◆ SOURCE DATA
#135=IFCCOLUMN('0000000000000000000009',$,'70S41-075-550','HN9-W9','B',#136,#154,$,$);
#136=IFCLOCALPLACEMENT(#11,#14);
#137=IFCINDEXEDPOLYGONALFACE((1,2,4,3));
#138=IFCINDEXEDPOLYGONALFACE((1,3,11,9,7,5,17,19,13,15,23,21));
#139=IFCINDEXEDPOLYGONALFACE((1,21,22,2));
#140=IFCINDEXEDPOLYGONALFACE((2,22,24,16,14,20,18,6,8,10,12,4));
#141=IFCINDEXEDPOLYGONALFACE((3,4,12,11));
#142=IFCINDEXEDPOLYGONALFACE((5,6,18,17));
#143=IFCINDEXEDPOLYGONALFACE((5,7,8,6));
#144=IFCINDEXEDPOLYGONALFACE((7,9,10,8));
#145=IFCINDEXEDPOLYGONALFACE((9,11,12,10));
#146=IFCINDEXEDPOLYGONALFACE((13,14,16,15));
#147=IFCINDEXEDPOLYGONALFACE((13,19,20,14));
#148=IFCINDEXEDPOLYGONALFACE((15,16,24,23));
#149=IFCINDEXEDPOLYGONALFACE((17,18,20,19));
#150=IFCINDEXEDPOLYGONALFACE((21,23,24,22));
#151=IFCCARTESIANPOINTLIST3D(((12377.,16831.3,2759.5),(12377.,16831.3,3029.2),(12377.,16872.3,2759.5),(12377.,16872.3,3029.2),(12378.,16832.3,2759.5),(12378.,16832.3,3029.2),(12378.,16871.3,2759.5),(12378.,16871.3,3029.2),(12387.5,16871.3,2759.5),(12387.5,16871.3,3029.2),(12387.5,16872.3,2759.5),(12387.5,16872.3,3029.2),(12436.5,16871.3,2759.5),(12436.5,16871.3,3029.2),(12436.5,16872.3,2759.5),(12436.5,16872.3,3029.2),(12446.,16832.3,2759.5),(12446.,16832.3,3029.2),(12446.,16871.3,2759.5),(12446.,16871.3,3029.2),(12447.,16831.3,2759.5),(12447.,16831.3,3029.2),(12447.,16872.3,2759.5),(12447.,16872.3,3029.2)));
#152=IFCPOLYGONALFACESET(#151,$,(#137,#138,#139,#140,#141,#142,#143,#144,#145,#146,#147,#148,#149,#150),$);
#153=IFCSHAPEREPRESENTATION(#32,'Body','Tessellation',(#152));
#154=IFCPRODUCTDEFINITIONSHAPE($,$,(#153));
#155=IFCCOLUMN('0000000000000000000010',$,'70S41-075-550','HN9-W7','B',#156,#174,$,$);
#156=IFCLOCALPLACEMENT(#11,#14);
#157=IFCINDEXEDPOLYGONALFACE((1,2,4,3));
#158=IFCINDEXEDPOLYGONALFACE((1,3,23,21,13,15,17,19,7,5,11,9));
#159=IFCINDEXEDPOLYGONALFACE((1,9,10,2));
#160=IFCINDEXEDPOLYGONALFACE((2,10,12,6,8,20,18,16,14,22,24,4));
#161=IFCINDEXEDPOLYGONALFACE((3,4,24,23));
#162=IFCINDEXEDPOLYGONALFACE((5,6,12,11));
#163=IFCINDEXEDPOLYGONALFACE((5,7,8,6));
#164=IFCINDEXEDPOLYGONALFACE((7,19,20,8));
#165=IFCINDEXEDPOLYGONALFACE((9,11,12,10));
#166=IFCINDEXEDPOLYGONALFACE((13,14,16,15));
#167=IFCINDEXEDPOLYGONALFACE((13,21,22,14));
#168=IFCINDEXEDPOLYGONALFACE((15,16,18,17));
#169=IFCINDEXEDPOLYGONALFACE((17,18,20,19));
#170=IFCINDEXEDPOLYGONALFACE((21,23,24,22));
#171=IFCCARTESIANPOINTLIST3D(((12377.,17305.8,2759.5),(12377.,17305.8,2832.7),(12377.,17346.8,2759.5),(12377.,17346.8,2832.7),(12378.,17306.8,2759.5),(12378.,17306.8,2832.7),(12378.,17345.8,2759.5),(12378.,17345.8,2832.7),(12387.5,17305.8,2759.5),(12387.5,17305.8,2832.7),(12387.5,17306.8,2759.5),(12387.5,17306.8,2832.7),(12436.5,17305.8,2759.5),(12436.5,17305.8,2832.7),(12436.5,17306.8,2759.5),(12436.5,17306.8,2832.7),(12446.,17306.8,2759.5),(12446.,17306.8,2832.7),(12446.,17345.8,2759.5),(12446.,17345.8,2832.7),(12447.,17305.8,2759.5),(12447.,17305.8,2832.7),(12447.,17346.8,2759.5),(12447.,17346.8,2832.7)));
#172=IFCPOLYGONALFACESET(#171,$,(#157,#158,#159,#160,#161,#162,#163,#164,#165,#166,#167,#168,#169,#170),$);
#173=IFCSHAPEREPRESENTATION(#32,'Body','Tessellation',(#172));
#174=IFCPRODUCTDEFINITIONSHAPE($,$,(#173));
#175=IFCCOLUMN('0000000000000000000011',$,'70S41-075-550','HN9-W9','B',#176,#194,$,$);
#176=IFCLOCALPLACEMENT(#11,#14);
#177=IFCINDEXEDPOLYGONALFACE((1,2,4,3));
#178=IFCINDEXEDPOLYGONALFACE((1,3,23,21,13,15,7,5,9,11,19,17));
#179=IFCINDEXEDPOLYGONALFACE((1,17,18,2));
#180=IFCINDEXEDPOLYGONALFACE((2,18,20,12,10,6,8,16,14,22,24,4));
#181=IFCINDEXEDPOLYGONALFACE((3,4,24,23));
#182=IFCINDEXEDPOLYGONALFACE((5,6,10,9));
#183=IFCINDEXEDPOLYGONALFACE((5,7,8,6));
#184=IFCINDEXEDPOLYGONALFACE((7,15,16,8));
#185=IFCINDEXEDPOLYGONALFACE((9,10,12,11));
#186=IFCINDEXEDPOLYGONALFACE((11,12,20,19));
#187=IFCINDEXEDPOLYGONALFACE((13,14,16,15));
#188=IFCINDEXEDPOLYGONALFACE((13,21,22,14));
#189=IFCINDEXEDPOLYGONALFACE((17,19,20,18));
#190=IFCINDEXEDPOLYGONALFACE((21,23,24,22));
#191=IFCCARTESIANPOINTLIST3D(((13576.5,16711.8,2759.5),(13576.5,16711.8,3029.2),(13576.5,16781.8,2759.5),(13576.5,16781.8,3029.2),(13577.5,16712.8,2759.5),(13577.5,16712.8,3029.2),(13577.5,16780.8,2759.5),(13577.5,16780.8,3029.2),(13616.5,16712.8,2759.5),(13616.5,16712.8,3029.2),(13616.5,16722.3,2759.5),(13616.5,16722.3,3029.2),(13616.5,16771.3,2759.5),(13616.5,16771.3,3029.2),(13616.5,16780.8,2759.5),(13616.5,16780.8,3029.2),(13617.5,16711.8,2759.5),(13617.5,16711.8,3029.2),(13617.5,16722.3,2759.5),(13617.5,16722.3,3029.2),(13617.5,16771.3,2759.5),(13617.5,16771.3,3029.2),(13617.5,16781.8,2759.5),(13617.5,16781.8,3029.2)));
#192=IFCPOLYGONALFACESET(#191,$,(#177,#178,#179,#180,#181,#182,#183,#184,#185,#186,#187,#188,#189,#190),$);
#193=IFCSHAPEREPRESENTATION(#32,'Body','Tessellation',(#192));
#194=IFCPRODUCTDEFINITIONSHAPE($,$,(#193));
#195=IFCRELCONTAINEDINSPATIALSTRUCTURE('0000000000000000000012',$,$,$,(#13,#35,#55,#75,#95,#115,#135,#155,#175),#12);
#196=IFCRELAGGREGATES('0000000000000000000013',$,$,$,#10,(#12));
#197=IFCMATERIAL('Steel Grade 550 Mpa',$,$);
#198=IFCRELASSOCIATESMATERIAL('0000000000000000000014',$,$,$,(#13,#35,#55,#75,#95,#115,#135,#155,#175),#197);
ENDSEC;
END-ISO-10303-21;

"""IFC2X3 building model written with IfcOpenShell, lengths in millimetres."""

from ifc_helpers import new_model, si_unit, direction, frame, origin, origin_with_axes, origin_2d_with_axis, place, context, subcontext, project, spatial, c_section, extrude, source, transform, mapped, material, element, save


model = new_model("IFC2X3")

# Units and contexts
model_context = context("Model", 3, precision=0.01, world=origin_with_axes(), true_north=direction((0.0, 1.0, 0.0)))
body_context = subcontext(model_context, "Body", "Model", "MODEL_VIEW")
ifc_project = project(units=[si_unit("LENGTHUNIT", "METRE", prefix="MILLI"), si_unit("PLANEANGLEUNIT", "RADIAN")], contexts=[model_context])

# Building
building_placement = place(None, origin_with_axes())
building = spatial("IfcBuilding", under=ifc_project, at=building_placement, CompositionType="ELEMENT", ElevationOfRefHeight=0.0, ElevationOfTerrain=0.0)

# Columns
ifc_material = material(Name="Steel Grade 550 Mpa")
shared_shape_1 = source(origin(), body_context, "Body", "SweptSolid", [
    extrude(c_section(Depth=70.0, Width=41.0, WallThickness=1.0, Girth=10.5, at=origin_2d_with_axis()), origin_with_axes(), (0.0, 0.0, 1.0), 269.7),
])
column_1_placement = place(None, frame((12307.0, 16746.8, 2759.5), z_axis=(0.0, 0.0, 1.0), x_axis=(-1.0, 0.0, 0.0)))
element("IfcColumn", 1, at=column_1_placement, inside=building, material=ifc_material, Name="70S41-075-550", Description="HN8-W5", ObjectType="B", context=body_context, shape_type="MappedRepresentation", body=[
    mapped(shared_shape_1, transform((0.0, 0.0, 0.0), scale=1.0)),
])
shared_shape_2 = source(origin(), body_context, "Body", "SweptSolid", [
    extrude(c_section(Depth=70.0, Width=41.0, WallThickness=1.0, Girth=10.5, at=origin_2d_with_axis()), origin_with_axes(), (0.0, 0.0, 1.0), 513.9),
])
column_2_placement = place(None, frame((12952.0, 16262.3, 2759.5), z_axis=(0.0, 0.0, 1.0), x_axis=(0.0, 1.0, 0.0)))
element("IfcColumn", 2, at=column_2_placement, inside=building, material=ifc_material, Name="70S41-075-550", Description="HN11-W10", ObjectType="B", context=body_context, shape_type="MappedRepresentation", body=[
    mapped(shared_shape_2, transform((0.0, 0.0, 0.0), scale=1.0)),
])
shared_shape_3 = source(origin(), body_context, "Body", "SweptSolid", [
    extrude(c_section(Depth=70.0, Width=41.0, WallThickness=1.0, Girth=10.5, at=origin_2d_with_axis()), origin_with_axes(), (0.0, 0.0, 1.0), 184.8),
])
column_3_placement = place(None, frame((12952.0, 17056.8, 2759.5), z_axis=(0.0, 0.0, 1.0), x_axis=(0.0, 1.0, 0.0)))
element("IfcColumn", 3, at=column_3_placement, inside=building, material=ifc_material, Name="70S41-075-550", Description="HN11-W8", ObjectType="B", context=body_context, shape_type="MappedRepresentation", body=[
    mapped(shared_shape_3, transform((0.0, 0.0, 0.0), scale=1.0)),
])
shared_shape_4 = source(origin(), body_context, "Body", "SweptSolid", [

◆ ASSIGNMENT
Each line above with the word "SweptSolid" must be returned.

◆ TASK OUTPUT
shared_shape_1 = source(origin(), body_context, "Body", "SweptSolid", [
shared_shape_2 = source(origin(), body_context, "Body", "SweptSolid", [
shared_shape_3 = source(origin(), body_context, "Body", "SweptSolid", [
shared_shape_4 = source(origin(), body_context, "Body", "SweptSolid", [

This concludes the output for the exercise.